Impaired thymic export and apoptosis contribute to regulatory T-cell defects in patients with chronic heart failure

Objective

Animal studies suggest that regulatory T (T_reg) cells play a beneficial role in ventricular remodeling and our previous data have demonstrated defects of T_reg cells in patients with chronic heart failure (CHF). However, the mechanisms behind T_reg-cell defects remained unknown. We here sought to elucidate the mechanism of T_reg-cell defects in CHF patients.

Methods and Results

We performed flow cytometry analysis and demonstrated reduced numbers of peripheral blood CD4⁺CD25⁺FOXP3⁺CD45RO⁻CD45RA⁺ naïve T_reg (nT_reg) cells and CD4⁺CD25⁺FOXP3⁺CD45RO⁺CD45RA⁻ memory T_reg (mT_reg) cells in CHF patients as compared with non-CHF controls.
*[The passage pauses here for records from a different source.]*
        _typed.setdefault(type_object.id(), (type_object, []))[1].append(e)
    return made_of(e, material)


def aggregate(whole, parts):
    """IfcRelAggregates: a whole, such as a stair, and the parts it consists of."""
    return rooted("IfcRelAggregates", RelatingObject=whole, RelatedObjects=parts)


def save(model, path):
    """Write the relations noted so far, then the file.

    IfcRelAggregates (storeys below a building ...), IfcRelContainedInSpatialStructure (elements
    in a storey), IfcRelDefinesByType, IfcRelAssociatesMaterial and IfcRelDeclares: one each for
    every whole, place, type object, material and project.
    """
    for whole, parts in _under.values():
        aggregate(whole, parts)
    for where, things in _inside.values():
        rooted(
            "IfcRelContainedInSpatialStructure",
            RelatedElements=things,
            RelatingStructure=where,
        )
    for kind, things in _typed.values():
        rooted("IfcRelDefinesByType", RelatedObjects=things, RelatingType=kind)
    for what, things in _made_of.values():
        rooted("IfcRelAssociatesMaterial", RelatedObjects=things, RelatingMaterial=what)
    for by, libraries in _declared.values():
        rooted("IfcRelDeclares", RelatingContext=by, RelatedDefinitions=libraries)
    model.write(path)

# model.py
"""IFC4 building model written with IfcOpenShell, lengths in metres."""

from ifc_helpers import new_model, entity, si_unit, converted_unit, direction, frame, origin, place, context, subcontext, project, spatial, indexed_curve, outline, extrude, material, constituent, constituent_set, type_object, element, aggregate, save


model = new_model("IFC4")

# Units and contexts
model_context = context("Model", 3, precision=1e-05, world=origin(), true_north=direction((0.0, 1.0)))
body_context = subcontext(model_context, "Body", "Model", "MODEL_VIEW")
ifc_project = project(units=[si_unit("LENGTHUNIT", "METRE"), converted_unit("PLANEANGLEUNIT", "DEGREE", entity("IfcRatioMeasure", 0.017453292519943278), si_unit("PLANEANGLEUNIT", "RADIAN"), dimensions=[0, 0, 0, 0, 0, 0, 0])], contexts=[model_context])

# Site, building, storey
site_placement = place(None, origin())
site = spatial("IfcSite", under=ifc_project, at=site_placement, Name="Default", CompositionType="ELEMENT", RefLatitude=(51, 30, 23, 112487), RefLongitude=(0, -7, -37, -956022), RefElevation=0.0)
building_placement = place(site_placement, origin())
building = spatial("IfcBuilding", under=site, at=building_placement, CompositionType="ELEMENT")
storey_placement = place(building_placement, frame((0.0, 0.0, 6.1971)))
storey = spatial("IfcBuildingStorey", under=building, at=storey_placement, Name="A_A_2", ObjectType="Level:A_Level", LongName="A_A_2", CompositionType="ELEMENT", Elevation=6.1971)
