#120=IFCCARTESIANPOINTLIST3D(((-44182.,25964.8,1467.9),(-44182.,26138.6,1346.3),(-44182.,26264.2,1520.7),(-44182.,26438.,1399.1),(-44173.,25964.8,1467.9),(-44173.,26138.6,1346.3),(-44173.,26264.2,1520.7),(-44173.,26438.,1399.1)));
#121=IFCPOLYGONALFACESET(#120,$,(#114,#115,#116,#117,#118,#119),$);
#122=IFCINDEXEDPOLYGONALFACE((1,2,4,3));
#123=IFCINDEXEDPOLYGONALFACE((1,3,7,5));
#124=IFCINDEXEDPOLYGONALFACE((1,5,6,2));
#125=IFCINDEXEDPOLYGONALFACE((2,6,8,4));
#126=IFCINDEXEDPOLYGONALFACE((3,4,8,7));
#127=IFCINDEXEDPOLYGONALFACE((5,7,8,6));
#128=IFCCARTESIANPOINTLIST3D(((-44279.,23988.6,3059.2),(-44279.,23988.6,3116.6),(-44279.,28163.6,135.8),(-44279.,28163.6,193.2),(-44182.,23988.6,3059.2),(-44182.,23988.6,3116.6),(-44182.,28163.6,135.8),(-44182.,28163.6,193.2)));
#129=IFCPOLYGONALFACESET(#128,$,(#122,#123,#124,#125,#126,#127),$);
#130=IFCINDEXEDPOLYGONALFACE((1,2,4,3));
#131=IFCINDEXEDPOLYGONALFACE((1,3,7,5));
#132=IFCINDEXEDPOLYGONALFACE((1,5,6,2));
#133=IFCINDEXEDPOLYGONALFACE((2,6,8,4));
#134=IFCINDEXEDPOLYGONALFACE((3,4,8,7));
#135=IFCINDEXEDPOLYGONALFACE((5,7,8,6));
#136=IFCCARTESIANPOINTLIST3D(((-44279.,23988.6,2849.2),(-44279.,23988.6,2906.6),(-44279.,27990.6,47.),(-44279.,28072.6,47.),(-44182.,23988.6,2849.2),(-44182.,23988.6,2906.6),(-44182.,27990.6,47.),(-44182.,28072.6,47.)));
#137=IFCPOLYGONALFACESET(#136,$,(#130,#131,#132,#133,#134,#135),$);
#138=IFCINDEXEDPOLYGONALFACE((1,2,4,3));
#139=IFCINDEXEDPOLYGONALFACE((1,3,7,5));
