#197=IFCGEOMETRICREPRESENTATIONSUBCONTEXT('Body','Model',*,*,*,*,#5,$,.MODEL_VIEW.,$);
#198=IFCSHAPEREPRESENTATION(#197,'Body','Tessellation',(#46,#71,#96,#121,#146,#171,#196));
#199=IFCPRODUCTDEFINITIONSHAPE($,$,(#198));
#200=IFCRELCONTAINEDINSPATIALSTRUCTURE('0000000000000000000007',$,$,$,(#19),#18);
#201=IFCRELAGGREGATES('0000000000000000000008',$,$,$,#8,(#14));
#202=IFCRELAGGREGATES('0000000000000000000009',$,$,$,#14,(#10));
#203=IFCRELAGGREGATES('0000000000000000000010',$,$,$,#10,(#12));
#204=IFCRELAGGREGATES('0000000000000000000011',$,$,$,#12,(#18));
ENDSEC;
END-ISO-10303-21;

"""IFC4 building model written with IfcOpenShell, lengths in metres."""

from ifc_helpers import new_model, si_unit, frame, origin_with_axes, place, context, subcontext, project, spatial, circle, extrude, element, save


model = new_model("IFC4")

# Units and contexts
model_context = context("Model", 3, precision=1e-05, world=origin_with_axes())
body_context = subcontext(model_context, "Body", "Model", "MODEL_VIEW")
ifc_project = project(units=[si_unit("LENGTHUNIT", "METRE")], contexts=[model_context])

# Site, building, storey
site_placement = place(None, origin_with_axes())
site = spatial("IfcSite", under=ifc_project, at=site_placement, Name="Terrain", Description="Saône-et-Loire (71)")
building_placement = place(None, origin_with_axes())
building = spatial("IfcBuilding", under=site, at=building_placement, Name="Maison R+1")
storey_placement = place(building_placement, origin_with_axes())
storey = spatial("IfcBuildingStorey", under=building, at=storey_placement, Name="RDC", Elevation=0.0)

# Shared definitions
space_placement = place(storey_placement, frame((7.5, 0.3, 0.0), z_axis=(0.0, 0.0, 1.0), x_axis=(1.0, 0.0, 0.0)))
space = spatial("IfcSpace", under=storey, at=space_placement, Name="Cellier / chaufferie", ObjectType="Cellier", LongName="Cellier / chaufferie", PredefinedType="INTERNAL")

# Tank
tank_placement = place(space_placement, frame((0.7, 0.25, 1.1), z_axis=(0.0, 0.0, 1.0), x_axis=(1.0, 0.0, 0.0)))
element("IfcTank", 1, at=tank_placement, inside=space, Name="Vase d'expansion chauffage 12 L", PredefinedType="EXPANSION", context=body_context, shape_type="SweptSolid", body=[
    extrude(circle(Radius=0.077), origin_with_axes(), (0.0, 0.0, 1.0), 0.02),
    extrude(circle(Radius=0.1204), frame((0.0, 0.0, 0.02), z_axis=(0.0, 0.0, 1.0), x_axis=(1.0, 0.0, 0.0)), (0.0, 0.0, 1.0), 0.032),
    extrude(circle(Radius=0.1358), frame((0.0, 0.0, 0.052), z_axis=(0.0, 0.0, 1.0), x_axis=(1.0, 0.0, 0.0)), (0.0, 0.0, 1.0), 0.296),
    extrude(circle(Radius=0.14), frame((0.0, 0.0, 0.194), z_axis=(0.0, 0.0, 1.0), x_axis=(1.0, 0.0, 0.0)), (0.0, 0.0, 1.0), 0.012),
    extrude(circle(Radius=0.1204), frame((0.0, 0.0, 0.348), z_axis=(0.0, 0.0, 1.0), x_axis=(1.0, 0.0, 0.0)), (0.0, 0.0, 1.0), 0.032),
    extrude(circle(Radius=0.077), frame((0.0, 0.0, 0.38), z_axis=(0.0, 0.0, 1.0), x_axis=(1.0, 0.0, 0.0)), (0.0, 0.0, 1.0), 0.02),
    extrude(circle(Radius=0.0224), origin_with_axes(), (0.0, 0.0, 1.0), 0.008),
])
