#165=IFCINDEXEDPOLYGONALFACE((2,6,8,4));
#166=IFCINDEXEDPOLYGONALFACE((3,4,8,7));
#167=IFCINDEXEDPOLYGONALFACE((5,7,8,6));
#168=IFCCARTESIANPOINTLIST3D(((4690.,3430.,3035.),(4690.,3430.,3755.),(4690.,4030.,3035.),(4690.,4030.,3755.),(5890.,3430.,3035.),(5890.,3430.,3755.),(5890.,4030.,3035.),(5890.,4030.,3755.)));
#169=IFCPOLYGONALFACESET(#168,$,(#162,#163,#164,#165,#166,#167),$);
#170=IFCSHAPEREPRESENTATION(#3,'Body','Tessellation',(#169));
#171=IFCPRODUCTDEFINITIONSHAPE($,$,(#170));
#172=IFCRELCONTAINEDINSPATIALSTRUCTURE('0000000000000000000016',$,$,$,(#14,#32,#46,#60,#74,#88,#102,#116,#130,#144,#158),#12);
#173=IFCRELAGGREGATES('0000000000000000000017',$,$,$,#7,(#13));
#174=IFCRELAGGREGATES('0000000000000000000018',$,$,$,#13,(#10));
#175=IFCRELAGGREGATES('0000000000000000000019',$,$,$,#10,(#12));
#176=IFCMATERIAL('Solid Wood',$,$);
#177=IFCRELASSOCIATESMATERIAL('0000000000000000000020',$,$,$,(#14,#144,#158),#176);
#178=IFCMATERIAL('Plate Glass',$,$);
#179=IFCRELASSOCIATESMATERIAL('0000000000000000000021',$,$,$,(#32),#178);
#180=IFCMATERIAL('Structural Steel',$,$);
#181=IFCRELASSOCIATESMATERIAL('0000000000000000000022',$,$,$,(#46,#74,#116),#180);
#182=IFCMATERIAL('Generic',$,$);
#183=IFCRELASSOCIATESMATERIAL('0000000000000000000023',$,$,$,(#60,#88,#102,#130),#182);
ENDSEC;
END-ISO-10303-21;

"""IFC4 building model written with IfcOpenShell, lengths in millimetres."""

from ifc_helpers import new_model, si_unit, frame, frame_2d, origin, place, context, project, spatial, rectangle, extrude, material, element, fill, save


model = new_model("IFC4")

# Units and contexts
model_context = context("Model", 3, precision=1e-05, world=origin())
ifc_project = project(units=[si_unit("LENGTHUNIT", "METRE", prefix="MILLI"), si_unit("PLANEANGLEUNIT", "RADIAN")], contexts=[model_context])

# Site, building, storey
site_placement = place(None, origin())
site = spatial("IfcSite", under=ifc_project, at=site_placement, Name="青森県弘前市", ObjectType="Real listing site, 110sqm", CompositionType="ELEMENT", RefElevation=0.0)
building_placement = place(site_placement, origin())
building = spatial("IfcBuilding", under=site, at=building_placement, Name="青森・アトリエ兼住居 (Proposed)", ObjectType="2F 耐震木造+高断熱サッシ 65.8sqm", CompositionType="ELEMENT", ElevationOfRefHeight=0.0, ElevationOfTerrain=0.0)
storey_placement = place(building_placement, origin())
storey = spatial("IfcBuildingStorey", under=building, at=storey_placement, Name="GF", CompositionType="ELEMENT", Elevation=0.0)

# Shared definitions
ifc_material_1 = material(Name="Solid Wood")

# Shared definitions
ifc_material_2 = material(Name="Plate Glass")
Moreover, the nT_reg/mT_reg ratio (p<0.01), CD4⁺CD25⁺FOXP3⁺CD45RO⁻ CD45RA⁺CD31⁺ recent thymic emigrant T_reg cell (RTE-T_reg) frequency (p<0.01), and T-cell receptor excision circle levels in T_reg cells (p<0.01) were lower in CHF patients than in non-CHF controls. Combined annexin-V and 7-AAD staining showed that peripheral T_reg cells from CHF patients exhibited increased spontaneous apoptosis and were more prone to interleukin (IL)-2 deprivation- and CD95 ligand-mediated apoptosis than those from non-CHF individuals. Furthermore, analyses by both flow cytometry and real-time polymerase chain reaction showed that T_reg-cell frequency in the mediastinal lymph nodes or Foxp3 expression in hearts of CHF patients was no higher than that of the non-CHF controls.

Conclusion

Our data suggested that the T_reg-cell defects of CHF patients were likely caused by decreased thymic output of nascent T_reg cells and increased susceptibility to apoptosis in the periphery.